A couple of years ago, a survey found most CIOs thought they had roughly 30 to 40 apps running within their enterprises, but researchers at Symantec estimated that the average enterprise actually had at least 1,516 applications -- a number that has doubled over a three-year period.
It's not that CIOs are naive. It's just that shadow IT is a difficult thing to measure, since employees pull down apps outside the official channels, and off budget sheets. To some degree, it's even purposely overlooked, condoned, or even encouraged, as employees need the right tools to do their jobs, and IT can't always be there.
Now, it appears CIOs are battling shadow IT on two fronts. There's the user-initiated apps and clouds, and there's something more insidious -- "shadow IoT."
User-initiated shadow IT continues unabated. It may be hard to measure shadow IT, of course, and one vendor, 1Password, recently went outside of enterprises, surveying a representative sample of 2,119 US adults who work in an office with an IT department. The survey finds 64 percent of respondents report they have created at least one account in the past 12 months that their IT department "doesn't know about." For close to one-third, 32 percent, this was one shadow account, while 52 percent report creating between two and five accounts that their IT department doesn't know about. For 16 percent, the tally exceeded five accounts.
Security is often an afterthought, with passwords shared between end-users in an informal fashion.
The use of shadow IT by business end-users has mixed benefits, since, security issues aside, they may be empowering and productivity enhancing. However, IoT may not be so forgiving -- and we're just starting to comprehend the scope of it. Research from Infoblox shows that most enterprises (78 percent) had more than 1,000 connected devices on their corporate networks in 2019. This may include laptops or tablets supplied or managed by the company. More than a quarter (28 percent) of respondents reported having 1,000 to 2,000 devices connected, while almost half (48 percent) of organizations have between 2,000 and 10,000.
About 80 percent of IT leaders reveal they have identified shadow IoT devices -- such as unauthorized wireless access points --connected to their infrastructure. At least 46 percent have discovered up to 20 shadow IoT devices on their networks over the past year, and more than a quarter (29 percent) of organizations saw more than 20. Some saw as many as 50.
IoT devices present a huge attack surface. Recently, researchers at Check Point identified smart light bulbs -- which are likely to installed en mass, with little oversight from IT managers -- as an easy point of entry for hackers.

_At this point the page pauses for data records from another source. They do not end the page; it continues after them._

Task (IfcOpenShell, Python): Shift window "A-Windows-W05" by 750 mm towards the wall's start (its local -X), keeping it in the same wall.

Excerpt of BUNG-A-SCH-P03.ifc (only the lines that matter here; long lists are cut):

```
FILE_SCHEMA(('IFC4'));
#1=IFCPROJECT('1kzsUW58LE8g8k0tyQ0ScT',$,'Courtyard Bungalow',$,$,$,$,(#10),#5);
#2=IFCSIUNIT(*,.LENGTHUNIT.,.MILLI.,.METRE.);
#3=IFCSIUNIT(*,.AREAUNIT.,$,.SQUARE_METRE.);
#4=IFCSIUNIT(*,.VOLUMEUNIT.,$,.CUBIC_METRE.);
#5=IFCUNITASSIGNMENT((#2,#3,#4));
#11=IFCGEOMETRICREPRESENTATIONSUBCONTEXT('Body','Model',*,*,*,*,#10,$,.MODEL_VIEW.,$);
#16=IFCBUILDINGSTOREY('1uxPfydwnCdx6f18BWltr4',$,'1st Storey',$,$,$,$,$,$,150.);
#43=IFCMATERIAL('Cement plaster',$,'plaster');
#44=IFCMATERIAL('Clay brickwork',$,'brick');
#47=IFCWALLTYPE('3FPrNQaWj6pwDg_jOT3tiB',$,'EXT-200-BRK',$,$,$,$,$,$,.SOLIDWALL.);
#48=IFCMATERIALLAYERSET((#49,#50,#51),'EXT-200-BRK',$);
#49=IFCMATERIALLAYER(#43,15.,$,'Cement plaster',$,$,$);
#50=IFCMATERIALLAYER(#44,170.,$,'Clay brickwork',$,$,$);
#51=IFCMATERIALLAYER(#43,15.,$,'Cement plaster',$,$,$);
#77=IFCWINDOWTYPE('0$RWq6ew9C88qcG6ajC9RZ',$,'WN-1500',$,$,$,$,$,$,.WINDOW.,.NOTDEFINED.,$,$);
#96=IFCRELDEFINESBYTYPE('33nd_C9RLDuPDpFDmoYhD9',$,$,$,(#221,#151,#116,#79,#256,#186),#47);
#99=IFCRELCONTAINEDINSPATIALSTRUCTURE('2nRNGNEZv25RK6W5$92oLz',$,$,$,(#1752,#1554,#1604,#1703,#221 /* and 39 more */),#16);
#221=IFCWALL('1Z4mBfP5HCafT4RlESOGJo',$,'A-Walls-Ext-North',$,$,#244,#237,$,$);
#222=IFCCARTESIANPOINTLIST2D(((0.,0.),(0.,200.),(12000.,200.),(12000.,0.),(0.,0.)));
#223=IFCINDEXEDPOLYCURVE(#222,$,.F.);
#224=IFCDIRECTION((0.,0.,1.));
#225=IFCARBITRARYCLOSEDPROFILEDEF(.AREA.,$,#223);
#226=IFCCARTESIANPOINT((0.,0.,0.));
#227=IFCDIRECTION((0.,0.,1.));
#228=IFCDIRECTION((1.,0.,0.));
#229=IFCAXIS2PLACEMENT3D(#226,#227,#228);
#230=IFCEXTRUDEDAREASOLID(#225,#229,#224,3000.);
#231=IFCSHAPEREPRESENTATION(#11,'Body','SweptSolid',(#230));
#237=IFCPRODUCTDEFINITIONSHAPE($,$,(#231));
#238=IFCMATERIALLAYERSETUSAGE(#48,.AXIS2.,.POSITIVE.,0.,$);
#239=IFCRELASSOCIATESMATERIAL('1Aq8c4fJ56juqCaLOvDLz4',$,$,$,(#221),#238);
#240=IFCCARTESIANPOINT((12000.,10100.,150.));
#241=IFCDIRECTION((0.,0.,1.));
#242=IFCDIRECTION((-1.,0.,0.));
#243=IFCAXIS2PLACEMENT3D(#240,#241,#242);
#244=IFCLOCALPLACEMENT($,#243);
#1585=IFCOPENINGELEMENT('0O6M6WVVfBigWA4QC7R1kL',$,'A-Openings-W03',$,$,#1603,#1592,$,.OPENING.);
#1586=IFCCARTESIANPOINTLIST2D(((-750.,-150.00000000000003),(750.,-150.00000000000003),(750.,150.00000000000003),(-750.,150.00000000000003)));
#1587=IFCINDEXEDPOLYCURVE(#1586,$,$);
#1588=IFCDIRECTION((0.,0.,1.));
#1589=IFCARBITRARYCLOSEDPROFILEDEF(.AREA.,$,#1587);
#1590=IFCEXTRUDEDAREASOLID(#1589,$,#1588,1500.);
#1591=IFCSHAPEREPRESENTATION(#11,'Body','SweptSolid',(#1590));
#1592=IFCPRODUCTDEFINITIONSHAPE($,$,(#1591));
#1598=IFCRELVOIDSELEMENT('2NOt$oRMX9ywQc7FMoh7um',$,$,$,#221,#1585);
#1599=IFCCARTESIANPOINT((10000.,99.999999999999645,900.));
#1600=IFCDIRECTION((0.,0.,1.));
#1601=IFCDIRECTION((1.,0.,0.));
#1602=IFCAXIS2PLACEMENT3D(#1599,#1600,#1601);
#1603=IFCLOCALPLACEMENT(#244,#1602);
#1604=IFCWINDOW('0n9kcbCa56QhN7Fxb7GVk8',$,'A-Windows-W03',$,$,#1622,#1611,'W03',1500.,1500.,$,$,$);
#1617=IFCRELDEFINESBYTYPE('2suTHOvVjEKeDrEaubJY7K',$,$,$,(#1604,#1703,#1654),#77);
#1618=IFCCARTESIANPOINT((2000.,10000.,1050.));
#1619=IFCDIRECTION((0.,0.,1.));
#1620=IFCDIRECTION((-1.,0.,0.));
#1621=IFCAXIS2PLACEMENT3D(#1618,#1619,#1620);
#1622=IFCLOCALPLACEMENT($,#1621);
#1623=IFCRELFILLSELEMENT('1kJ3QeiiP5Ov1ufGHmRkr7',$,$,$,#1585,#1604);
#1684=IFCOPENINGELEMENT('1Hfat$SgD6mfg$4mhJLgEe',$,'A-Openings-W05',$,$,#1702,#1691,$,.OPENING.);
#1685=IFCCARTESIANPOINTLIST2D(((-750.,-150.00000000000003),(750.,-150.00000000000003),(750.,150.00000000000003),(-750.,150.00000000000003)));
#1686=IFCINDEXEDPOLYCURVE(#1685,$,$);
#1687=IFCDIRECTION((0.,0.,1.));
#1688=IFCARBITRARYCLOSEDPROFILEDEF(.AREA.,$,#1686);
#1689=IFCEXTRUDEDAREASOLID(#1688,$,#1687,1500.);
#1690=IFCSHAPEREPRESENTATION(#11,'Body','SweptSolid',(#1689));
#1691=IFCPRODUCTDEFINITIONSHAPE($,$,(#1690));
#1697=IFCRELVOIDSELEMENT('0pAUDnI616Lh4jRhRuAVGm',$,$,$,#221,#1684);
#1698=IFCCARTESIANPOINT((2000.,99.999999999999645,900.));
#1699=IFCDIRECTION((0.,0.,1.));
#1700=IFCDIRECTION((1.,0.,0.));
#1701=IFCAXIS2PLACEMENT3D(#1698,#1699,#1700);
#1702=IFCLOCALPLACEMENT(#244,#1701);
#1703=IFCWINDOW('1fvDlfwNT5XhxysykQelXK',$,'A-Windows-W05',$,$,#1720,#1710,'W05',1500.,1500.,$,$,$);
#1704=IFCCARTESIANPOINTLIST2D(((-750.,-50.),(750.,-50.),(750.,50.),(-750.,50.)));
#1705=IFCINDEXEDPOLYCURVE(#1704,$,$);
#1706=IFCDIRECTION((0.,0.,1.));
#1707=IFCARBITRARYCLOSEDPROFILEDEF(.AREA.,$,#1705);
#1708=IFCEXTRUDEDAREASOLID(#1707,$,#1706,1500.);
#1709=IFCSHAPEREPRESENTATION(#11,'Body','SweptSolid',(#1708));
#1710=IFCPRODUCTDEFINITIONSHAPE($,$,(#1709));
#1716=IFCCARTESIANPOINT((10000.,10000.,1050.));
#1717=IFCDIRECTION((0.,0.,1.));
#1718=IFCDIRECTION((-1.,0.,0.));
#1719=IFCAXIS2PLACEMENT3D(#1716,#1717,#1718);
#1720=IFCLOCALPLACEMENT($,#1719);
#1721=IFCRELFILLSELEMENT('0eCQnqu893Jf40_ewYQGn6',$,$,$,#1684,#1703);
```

```python
import ifcopenshell
import ifcopenshell.api.geometry
import ifcopenshell.util.placement
import ifcopenshell.util.unit

model = ifcopenshell.open("BUNG-A-SCH-P03.ifc")
unit_scale = ifcopenshell.util.unit.calculate_unit_scale(model)

window = model.by_guid("1fvDlfwNT5XhxysykQelXK")
opening = window.FillsVoids[0].RelatingOpeningElement
wall = opening.VoidsElements[0].RelatingBuildingElement

wall_matrix = ifcopenshell.util.placement.get_local_placement(wall.ObjectPlacement)
shift = wall_matrix[:3, 0] * -0.75 / unit_scale
before = ifcopenshell.util.placement.get_local_placement(window.ObjectPlacement)[:3, 3].copy()

# The window is not placed relative to its opening, so move both.
for product in (opening, window):
    matrix = ifcopenshell.util.placement.get_local_placement(product.ObjectPlacement)
    matrix[:3, 3] += shift
    ifcopenshell.api.geometry.edit_object_placement(model, product=product, matrix=matrix, is_si=False)

after = ifcopenshell.util.placement.get_local_placement(window.ObjectPlacement)[:3, 3]
print("window moved by", (after - before).round(3) + 0.0)

model.write("BUNG-A-SCH-P03_rev.ifc")
```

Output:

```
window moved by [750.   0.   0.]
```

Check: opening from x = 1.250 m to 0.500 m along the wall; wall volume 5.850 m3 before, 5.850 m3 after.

It appears most organizations are taking the risk very seriously and as a result have put policies in place to safeguard against external threats. Eighty-nine percent at least have some type of security policy in place for personal IoT devices connected to their network. The authors of the Infoblox report also suggest understand the changing ecosystem. "Because the risk ecosystem is changing at such a rapid pace, organizations must change their security habits to match. IT managers must stop and consider the wider changing needs of the business. Rethinking the approach to network security will ensure organizations are always one step ahead of cyberthreats."